Segment Start: THE DATA

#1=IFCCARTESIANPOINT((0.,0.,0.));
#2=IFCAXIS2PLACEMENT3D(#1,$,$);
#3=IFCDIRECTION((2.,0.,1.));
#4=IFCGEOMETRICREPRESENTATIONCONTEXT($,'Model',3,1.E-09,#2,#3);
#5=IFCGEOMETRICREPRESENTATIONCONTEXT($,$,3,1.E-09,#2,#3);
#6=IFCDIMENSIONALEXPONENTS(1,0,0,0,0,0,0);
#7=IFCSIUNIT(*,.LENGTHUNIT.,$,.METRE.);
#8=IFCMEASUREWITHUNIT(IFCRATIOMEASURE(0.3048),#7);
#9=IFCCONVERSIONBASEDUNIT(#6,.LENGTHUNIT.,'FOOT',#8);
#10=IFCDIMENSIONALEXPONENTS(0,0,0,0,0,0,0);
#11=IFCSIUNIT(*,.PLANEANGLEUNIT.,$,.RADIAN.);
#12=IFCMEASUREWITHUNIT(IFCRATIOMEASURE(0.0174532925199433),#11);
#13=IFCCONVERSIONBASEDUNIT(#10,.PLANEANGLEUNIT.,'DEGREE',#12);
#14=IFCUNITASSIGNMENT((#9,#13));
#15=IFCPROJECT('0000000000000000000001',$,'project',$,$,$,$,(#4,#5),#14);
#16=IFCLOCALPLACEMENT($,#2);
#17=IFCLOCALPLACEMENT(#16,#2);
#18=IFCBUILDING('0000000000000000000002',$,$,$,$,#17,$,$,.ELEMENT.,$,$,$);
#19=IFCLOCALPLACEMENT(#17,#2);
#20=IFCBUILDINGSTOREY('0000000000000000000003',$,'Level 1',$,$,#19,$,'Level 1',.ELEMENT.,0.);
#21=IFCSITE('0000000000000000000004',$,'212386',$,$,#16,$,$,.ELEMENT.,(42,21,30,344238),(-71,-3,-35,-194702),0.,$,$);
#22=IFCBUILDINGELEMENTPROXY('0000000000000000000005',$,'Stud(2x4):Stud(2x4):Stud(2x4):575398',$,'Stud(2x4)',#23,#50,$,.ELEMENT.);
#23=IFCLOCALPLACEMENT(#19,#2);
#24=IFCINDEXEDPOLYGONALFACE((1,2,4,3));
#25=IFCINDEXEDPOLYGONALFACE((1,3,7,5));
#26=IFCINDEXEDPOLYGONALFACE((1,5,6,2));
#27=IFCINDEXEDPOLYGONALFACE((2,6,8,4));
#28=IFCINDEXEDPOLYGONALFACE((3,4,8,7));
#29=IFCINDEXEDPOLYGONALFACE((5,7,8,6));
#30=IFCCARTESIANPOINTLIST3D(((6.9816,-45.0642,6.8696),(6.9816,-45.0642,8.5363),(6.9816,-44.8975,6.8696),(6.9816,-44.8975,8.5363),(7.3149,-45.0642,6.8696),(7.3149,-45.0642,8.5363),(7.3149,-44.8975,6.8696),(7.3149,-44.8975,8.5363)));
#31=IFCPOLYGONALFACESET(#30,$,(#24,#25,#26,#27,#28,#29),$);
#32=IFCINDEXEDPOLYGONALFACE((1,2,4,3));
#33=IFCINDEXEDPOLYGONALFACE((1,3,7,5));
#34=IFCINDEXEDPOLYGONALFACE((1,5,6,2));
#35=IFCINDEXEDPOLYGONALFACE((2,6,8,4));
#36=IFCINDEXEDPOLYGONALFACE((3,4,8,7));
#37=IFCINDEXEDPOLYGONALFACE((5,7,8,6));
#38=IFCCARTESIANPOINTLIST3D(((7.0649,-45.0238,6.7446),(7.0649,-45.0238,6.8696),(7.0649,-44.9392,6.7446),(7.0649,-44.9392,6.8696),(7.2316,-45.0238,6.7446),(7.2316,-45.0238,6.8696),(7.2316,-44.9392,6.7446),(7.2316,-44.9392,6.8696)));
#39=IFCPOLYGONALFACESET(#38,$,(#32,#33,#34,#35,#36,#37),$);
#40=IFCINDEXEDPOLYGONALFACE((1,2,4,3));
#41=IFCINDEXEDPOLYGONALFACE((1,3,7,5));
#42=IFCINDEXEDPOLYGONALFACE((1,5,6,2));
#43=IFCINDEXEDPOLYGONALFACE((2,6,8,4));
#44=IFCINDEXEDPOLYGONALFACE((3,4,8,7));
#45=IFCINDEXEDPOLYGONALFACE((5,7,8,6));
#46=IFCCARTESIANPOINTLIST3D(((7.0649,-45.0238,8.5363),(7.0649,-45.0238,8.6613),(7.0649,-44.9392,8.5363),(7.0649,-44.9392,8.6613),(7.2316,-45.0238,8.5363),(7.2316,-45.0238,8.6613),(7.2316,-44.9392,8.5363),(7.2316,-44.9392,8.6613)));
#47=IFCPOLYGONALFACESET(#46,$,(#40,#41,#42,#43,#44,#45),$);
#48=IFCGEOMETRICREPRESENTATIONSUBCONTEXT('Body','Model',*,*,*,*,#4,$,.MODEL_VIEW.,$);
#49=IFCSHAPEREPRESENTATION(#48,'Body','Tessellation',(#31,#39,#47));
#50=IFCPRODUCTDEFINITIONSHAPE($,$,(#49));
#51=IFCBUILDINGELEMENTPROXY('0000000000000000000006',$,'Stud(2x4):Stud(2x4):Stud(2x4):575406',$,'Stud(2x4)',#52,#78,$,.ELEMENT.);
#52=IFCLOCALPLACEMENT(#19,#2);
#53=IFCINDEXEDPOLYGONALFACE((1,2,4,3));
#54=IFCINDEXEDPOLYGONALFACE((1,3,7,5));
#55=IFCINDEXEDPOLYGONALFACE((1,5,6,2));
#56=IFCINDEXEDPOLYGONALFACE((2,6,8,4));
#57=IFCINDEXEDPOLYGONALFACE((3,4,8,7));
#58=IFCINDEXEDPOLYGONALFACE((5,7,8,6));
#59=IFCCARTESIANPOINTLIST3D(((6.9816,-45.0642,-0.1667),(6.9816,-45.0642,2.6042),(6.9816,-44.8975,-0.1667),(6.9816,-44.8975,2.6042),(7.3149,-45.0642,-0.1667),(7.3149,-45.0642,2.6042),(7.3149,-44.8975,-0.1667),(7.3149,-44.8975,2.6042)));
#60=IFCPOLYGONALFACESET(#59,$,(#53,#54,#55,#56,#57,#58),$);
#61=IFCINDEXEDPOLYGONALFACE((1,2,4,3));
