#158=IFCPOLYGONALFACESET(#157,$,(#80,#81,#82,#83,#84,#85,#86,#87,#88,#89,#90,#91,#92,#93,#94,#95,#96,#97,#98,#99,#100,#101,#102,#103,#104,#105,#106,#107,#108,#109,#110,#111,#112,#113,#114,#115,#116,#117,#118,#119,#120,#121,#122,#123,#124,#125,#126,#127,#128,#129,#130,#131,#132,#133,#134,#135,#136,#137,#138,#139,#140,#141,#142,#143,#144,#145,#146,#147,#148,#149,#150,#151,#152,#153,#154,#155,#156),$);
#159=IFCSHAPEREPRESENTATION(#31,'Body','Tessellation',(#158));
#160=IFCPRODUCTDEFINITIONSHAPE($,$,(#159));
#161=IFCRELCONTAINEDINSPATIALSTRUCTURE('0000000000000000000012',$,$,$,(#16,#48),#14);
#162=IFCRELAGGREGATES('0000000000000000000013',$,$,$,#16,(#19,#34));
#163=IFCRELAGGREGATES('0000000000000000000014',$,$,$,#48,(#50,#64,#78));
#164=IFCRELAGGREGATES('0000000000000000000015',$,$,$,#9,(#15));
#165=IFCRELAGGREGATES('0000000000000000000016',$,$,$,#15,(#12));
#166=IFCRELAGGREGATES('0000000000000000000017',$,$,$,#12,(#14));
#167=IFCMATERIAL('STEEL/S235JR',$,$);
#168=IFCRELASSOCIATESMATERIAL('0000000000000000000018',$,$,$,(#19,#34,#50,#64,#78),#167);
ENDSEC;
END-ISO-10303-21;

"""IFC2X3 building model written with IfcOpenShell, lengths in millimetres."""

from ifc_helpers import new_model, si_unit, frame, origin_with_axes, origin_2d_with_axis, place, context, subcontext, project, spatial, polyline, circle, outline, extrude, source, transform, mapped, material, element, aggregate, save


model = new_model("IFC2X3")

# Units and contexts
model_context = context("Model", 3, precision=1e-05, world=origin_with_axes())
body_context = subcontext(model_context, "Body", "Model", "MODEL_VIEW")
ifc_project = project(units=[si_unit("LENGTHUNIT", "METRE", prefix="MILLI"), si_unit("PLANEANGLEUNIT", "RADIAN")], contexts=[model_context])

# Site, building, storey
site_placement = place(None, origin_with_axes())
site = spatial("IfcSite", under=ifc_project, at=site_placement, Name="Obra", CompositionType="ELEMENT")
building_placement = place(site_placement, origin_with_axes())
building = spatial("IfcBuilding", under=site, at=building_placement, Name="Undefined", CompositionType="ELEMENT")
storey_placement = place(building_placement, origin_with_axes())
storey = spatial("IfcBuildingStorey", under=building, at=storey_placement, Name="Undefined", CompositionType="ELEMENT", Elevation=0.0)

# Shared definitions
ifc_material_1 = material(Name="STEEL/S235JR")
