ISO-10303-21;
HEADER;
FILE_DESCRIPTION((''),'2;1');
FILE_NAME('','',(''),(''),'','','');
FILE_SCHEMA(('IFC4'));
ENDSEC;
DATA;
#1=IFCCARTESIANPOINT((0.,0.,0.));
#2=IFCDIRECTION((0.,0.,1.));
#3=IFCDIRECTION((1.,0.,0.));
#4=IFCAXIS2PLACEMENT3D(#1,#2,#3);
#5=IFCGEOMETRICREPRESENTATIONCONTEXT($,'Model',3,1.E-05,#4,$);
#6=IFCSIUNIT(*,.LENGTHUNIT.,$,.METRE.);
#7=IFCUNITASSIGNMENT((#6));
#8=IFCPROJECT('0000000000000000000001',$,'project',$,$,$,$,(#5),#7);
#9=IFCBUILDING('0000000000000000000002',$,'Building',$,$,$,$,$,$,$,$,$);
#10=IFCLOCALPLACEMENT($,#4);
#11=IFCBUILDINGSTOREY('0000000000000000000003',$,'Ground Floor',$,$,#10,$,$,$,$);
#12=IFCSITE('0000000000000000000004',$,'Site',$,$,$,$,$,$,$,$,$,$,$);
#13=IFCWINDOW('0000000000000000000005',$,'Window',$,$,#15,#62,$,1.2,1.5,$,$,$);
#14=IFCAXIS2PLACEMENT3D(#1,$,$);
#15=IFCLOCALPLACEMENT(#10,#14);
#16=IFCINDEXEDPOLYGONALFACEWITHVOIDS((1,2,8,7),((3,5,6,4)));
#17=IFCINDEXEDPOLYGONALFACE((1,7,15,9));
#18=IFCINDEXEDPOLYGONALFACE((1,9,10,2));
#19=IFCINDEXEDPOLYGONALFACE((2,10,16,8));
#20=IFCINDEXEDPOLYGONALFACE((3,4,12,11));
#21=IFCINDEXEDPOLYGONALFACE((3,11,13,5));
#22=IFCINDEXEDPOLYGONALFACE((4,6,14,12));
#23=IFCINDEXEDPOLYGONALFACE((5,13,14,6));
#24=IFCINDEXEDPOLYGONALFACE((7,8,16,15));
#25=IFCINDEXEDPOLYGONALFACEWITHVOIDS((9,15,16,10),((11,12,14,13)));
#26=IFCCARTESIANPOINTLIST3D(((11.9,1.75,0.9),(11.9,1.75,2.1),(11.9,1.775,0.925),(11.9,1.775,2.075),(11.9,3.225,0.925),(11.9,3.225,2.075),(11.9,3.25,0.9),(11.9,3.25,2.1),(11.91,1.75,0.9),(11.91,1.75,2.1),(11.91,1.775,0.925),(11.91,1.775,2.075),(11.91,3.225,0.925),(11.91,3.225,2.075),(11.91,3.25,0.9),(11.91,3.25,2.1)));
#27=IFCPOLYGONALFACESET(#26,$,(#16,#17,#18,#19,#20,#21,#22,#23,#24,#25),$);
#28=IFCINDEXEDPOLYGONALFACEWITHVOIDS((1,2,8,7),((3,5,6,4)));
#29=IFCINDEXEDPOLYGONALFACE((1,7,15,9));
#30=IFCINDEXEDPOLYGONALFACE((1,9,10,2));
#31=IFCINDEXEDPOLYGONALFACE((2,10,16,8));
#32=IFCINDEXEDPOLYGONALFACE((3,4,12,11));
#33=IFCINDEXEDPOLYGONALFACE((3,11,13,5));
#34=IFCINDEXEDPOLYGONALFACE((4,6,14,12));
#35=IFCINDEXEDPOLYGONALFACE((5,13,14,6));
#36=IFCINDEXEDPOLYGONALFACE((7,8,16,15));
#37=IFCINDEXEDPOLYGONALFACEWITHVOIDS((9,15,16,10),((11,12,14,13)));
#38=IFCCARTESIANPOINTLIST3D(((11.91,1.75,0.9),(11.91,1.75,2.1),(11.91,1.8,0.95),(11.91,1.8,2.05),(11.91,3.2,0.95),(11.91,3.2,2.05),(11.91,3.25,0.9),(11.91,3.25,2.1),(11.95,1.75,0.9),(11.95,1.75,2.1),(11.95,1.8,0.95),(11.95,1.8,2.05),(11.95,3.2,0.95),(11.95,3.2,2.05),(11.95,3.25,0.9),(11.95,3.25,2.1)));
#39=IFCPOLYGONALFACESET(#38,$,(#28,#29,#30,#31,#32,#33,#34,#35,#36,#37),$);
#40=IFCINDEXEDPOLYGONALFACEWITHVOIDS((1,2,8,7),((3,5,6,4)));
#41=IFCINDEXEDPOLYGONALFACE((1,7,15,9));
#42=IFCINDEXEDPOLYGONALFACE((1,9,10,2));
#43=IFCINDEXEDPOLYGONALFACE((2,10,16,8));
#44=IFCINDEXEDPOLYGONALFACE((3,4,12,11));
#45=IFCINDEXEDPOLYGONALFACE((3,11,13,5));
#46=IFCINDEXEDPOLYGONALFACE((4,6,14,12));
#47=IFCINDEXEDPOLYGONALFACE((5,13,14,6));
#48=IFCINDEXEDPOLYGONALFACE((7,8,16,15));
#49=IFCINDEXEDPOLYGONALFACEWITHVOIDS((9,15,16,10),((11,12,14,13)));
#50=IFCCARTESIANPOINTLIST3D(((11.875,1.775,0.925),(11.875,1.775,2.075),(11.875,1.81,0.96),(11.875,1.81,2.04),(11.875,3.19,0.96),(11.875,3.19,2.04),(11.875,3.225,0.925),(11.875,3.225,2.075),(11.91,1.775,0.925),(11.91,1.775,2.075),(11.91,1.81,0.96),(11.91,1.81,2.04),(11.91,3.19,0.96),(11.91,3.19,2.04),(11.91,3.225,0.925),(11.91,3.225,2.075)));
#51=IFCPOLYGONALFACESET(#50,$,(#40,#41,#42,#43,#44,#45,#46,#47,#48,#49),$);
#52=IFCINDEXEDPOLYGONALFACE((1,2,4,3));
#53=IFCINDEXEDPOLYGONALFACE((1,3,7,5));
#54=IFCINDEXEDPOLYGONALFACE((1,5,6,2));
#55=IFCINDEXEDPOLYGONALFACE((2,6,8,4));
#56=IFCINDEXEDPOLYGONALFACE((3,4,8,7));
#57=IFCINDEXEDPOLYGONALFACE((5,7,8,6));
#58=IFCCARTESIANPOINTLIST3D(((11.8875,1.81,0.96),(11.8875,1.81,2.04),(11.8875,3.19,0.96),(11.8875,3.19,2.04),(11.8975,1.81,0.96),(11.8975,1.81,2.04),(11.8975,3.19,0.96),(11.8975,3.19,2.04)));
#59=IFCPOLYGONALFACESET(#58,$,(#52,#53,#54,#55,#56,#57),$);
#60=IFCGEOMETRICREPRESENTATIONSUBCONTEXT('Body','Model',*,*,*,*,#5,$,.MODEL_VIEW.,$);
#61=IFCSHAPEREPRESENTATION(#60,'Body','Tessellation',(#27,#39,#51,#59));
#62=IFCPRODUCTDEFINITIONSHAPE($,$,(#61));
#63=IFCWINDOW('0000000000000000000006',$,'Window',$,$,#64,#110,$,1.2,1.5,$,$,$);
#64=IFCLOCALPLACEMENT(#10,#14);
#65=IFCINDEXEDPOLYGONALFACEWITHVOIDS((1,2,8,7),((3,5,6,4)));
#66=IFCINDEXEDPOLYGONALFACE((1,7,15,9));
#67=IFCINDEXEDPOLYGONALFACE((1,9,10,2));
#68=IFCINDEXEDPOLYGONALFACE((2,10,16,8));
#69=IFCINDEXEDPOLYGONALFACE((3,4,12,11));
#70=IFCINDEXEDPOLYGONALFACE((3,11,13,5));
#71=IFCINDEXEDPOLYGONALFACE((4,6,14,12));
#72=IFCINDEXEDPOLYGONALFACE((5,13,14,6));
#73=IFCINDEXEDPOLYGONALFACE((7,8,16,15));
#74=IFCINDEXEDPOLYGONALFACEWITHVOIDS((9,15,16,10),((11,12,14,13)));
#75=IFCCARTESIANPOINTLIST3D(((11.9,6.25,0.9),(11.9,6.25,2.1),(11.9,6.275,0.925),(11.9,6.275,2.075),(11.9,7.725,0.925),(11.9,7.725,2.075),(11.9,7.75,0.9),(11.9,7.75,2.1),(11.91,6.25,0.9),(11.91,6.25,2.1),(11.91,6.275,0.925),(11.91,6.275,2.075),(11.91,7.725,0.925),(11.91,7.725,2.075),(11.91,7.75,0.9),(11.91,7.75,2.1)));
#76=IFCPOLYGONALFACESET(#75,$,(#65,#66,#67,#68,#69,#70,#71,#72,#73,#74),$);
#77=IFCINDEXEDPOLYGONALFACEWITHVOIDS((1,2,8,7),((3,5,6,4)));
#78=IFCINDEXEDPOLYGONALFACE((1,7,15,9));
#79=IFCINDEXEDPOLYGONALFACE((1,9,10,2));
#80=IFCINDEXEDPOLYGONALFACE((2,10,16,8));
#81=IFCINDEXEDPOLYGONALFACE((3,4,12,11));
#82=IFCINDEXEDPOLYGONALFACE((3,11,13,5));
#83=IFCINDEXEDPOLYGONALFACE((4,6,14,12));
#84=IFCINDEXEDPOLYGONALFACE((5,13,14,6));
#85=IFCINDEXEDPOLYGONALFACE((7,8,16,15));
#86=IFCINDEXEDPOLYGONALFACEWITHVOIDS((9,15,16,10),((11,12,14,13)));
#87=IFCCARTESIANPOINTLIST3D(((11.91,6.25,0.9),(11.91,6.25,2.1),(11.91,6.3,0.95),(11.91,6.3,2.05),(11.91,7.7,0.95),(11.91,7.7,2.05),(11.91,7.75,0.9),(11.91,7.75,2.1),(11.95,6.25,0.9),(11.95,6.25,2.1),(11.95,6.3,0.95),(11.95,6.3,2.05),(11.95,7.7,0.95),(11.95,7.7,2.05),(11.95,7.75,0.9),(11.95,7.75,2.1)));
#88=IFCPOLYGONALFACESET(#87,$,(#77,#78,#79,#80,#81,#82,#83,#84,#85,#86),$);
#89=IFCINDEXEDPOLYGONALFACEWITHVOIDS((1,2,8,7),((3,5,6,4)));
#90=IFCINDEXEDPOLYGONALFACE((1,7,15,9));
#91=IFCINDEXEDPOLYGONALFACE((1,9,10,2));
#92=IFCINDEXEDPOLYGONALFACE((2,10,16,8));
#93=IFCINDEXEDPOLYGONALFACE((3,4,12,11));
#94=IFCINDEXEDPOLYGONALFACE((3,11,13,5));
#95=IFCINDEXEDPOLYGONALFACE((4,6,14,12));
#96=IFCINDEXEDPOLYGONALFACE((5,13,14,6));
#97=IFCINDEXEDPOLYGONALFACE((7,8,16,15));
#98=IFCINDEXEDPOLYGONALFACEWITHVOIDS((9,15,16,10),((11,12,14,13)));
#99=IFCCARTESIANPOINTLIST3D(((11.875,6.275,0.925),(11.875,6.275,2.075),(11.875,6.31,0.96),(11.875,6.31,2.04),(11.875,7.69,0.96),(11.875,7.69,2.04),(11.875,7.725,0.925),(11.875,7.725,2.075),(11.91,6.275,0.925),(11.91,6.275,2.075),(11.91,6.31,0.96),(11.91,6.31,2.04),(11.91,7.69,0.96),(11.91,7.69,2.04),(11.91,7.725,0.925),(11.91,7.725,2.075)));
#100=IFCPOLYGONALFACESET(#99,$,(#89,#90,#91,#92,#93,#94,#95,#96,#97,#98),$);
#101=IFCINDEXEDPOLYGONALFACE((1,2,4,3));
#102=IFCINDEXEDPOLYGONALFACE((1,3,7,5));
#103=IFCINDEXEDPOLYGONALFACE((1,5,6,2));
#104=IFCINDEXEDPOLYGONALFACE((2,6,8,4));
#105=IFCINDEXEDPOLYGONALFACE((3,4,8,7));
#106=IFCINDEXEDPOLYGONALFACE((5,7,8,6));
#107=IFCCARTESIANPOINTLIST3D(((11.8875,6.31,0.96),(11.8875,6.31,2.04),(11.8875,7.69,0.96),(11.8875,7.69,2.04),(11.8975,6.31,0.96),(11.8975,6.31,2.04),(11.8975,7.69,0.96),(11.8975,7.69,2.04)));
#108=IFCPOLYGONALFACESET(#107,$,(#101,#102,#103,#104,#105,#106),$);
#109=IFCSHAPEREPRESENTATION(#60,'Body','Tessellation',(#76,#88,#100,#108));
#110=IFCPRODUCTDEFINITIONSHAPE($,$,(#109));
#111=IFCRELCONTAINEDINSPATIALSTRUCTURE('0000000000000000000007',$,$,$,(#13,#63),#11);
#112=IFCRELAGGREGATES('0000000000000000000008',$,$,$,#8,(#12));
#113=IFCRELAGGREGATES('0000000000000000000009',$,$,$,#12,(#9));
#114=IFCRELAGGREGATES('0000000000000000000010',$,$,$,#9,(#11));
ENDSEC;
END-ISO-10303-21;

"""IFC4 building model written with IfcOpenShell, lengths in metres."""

from ifc_helpers import new_model, si_unit, frame, origin_with_axes, place, context, subcontext, project, spatial, line, indexed_curve, outline, extrude, element, save


model = new_model("IFC4")

# Units and contexts
model_context = context("Model", 3, precision=1e-05, world=origin_with_axes())
body_context = subcontext(model_context, "Body", "Model", "MODEL_VIEW")
ifc_project = project(units=[si_unit("LENGTHUNIT", "METRE")], contexts=[model_context])

# Site, building, storey
site = spatial("IfcSite", under=ifc_project, Name="Site")
building = spatial("IfcBuilding", under=site, Name="Building")
storey_placement = place(None, origin_with_axes())
storey = spatial("IfcBuildingStorey", under=building, at=storey_placement, Name="Ground Floor")

# Windows
for number, where, z_axis, x_axis, name in (
    (1, (12.0, 1.75, 0.9), (0.0, 0.0, 1.0), (0.0, 1.0, 0.0), "Window"),
    (2, (12.0, 6.25, 0.9), (0.0, 0.0, 1.0), (0.0, 1.0, 0.0), "Window"),
):
    element("IfcWindow", number, at=place(storey_placement, frame(where, z_axis=z_axis, x_axis=x_axis)), inside=storey, Name=name, OverallHeight=1.2, OverallWidth=1.5, context=body_context, shape_type="SweptSolid", body=[
        extrude(outline(indexed_curve([(0.0, 0.0), (1.5, 0.0), (1.5, 1.2), (0.0, 1.2)], segments=[line(1, 2, 3, 4, 1)]), holes=[indexed_curve([(0.025, 0.025), (1.475, 0.025), (1.475, 1.175), (0.025, 1.175)], segments=[line(1, 2, 3, 4, 1)])]), frame((0.0, 0.09, 0.0), z_axis=(0.0, -1.0, 0.0), x_axis=(1.0, 0.0, 0.0)), (0.0, 0.0, -1.0), 0.01),
        extrude(outline(indexed_curve([(0.0, 0.0), (1.5, 0.0), (1.5, 1.2), (0.0, 1.2)], segments=[line(1, 2, 3, 4, 1)]), holes=[indexed_curve([(0.05, 0.05), (1.45, 0.05), (1.45, 1.15), (0.05, 1.15)], segments=[line(1, 2, 3, 4, 1)])]), frame((0.0, 0.05, 0.0), z_axis=(0.0, -1.0, 0.0), x_axis=(1.0, 0.0, 0.0)), (0.0, 0.0, -1.0), 0.04),
        extrude(outline(indexed_curve([(0.0, 0.0), (1.45, 0.0), (1.45, 1.15), (0.0, 1.15)], segments=[line(1, 2, 3, 4, 1)]), holes=[indexed_curve([(0.035, 0.035), (1.415, 0.035), (1.415, 1.115), (0.035, 1.115)], segments=[line(1, 2, 3, 4, 1)])]), frame((0.025, 0.09, 0.025), z_axis=(0.0, -1.0, 0.0), x_axis=(1.0, 0.0, 0.0)), (0.0, 0.0, -1.0), 0.035),
        extrude(outline(indexed_curve([(0.035, 0.035), (1.415, 0.035), (1.415, 1.115), (0.035, 1.115)], segments=[line(1, 2, 3, 4, 1)])), frame((0.025, 0.1025, 0.025), z_axis=(0.0, -1.0, 0.0), x_axis=(1.0, 0.0, 0.0)), (0.0, 0.0, -1.0), 0.01),
    ])

save(model, "model.ifc")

Segment End: THE DATA

**AIM OF THE TASK**
Above are the records; from them, give again exactly the lines from the one containing "#23=IFCLOCALPLACEMENT(#19,#2);" through the one containing "#34=IFCINDEXEDPOLYGONALFACE((1,5,6,2));", both included.

**EXERCISE OUTPUT**
#23=IFCLOCALPLACEMENT(#19,#2);
#24=IFCINDEXEDPOLYGONALFACE((1,2,4,3));
#25=IFCINDEXEDPOLYGONALFACE((1,3,7,5));
#26=IFCINDEXEDPOLYGONALFACE((1,5,6,2));
#27=IFCINDEXEDPOLYGONALFACE((2,6,8,4));
#28=IFCINDEXEDPOLYGONALFACE((3,4,8,7));
#29=IFCINDEXEDPOLYGONALFACE((5,7,8,6));
#30=IFCCARTESIANPOINTLIST3D(((6.9816,-45.0642,6.8696),(6.9816,-45.0642,8.5363),(6.9816,-44.8975,6.8696),(6.9816,-44.8975,8.5363),(7.3149,-45.0642,6.8696),(7.3149,-45.0642,8.5363),(7.3149,-44.8975,6.8696),(7.3149,-44.8975,8.5363)));
#31=IFCPOLYGONALFACESET(#30,$,(#24,#25,#26,#27,#28,#29),$);
#32=IFCINDEXEDPOLYGONALFACE((1,2,4,3));
#33=IFCINDEXEDPOLYGONALFACE((1,3,7,5));
#34=IFCINDEXEDPOLYGONALFACE((1,5,6,2));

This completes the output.